* Problem statement *
Copy exactly, please, each line of the data below until the line that contains "3, precision=1e-05, world=origin())" has been copied, beginning at the top.

* Dataset extract *
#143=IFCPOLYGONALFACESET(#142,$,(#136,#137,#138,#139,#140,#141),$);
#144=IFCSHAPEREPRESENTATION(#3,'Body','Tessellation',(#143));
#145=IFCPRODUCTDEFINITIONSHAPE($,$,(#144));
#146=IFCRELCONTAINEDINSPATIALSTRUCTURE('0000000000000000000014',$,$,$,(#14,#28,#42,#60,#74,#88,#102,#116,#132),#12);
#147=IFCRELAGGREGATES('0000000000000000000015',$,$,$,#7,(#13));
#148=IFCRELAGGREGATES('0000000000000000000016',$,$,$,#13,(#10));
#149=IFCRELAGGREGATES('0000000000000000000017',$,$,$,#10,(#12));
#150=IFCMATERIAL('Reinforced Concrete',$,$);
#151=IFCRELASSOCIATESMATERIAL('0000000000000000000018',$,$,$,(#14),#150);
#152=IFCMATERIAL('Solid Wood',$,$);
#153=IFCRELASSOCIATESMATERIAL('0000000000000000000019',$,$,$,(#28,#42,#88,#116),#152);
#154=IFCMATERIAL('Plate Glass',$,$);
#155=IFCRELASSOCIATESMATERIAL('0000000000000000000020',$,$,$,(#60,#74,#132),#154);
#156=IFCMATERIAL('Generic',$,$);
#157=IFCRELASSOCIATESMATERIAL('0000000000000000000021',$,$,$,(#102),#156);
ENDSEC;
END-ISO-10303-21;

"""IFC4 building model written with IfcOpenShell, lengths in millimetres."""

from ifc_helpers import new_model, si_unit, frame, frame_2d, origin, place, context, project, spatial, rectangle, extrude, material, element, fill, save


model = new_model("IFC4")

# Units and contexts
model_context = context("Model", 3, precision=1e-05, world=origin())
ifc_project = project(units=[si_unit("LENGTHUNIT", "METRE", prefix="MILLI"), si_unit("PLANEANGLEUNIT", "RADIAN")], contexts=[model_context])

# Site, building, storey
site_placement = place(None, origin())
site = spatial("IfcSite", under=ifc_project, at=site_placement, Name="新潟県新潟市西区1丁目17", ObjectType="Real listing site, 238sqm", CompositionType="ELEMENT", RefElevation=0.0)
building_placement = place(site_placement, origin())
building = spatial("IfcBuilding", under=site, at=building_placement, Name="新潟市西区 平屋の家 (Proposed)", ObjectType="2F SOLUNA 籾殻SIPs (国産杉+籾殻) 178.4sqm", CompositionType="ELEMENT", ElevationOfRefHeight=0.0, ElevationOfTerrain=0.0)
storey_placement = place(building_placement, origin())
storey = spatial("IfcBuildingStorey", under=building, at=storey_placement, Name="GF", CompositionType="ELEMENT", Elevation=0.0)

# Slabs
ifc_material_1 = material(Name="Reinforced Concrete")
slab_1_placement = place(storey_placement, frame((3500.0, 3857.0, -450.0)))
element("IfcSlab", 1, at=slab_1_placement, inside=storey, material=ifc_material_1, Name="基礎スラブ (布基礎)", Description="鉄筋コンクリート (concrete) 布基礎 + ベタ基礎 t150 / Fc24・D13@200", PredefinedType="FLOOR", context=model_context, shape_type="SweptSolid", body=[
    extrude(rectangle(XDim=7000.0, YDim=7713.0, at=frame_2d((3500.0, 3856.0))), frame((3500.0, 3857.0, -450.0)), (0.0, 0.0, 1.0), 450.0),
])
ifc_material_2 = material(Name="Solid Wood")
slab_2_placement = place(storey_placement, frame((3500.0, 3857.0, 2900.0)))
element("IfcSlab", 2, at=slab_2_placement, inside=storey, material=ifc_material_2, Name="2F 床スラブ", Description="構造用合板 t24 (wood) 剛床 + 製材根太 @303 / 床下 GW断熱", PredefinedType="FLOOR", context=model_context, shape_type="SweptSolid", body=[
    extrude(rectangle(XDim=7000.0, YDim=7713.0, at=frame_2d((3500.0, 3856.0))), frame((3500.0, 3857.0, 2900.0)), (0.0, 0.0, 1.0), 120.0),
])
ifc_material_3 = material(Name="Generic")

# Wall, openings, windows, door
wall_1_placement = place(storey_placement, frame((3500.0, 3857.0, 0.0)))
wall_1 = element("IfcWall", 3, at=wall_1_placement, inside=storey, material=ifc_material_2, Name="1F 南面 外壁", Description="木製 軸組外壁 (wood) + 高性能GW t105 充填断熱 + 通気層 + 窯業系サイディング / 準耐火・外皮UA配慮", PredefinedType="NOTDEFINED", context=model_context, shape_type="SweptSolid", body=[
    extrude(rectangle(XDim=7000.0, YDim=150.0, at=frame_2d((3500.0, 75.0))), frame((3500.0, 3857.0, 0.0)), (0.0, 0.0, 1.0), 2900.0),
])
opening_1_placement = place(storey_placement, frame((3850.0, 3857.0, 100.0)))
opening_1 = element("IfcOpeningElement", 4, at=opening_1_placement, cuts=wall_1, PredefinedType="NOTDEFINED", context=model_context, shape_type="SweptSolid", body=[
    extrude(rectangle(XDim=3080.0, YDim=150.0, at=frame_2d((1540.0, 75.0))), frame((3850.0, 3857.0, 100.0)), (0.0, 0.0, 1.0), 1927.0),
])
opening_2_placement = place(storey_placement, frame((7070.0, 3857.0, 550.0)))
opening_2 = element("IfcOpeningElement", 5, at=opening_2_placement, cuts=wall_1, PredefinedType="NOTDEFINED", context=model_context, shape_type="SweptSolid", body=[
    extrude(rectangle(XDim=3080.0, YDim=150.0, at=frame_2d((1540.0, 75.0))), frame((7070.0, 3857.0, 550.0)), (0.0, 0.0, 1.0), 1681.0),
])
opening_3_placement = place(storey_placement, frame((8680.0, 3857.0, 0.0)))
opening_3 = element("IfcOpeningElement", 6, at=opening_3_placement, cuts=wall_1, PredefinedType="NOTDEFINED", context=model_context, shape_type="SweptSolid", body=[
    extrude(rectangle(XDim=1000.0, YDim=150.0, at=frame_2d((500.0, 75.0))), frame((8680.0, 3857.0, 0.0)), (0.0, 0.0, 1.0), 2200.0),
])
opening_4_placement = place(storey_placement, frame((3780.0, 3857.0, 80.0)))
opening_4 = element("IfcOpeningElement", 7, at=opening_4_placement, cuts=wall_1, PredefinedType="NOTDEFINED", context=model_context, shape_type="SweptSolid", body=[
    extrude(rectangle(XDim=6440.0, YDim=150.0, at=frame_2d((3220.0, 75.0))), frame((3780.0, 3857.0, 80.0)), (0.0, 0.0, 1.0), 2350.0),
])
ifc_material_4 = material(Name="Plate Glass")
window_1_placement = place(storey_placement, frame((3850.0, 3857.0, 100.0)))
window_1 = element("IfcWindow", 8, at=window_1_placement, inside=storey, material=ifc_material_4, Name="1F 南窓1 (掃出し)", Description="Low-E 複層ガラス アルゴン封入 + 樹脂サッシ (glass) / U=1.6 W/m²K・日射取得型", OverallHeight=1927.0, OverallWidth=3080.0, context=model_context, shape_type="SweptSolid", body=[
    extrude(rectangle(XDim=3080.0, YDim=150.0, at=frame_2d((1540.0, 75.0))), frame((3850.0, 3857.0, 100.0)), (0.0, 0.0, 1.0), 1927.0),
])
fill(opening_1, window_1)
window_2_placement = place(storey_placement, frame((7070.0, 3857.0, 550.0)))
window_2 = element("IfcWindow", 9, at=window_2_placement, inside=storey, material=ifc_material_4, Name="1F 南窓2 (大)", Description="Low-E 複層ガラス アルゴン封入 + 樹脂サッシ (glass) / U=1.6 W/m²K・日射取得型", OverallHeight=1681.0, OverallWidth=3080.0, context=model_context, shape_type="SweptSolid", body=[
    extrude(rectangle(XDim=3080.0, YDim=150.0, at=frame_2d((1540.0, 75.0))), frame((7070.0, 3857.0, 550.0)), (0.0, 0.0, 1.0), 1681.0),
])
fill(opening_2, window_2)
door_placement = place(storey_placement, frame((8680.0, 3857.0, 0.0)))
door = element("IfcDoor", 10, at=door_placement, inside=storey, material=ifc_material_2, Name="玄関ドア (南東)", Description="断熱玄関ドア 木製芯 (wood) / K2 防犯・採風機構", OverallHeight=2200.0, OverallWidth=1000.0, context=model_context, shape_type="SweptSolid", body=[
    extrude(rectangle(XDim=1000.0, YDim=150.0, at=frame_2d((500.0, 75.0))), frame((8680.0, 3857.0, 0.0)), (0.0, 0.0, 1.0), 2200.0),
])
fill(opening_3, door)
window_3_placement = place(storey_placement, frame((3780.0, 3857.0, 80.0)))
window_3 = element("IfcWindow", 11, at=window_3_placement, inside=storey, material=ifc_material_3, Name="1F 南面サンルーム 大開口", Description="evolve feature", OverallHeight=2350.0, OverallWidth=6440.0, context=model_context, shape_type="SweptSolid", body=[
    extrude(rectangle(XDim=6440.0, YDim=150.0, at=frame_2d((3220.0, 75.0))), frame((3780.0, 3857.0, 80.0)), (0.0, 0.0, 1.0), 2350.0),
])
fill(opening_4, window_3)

* Output for this exercise *
#143=IFCPOLYGONALFACESET(#142,$,(#136,#137,#138,#139,#140,#141),$);
#144=IFCSHAPEREPRESENTATION(#3,'Body','Tessellation',(#143));
#145=IFCPRODUCTDEFINITIONSHAPE($,$,(#144));
#146=IFCRELCONTAINEDINSPATIALSTRUCTURE('0000000000000000000014',$,$,$,(#14,#28,#42,#60,#74,#88,#102,#116,#132),#12);
#147=IFCRELAGGREGATES('0000000000000000000015',$,$,$,#7,(#13));
#148=IFCRELAGGREGATES('0000000000000000000016',$,$,$,#13,(#10));
#149=IFCRELAGGREGATES('0000000000000000000017',$,$,$,#10,(#12));
#150=IFCMATERIAL('Reinforced Concrete',$,$);
#151=IFCRELASSOCIATESMATERIAL('0000000000000000000018',$,$,$,(#14),#150);
#152=IFCMATERIAL('Solid Wood',$,$);
#153=IFCRELASSOCIATESMATERIAL('0000000000000000000019',$,$,$,(#28,#42,#88,#116),#152);
#154=IFCMATERIAL('Plate Glass',$,$);
#155=IFCRELASSOCIATESMATERIAL('0000000000000000000020',$,$,$,(#60,#74,#132),#154);
#156=IFCMATERIAL('Generic',$,$);
#157=IFCRELASSOCIATESMATERIAL('0000000000000000000021',$,$,$,(#102),#156);
ENDSEC;
END-ISO-10303-21;

"""IFC4 building model written with IfcOpenShell, lengths in millimetres."""

from ifc_helpers import new_model, si_unit, frame, frame_2d, origin, place, context, project, spatial, rectangle, extrude, material, element, fill, save


model = new_model("IFC4")

# Units and contexts
model_context = context("Model", 3, precision=1e-05, world=origin())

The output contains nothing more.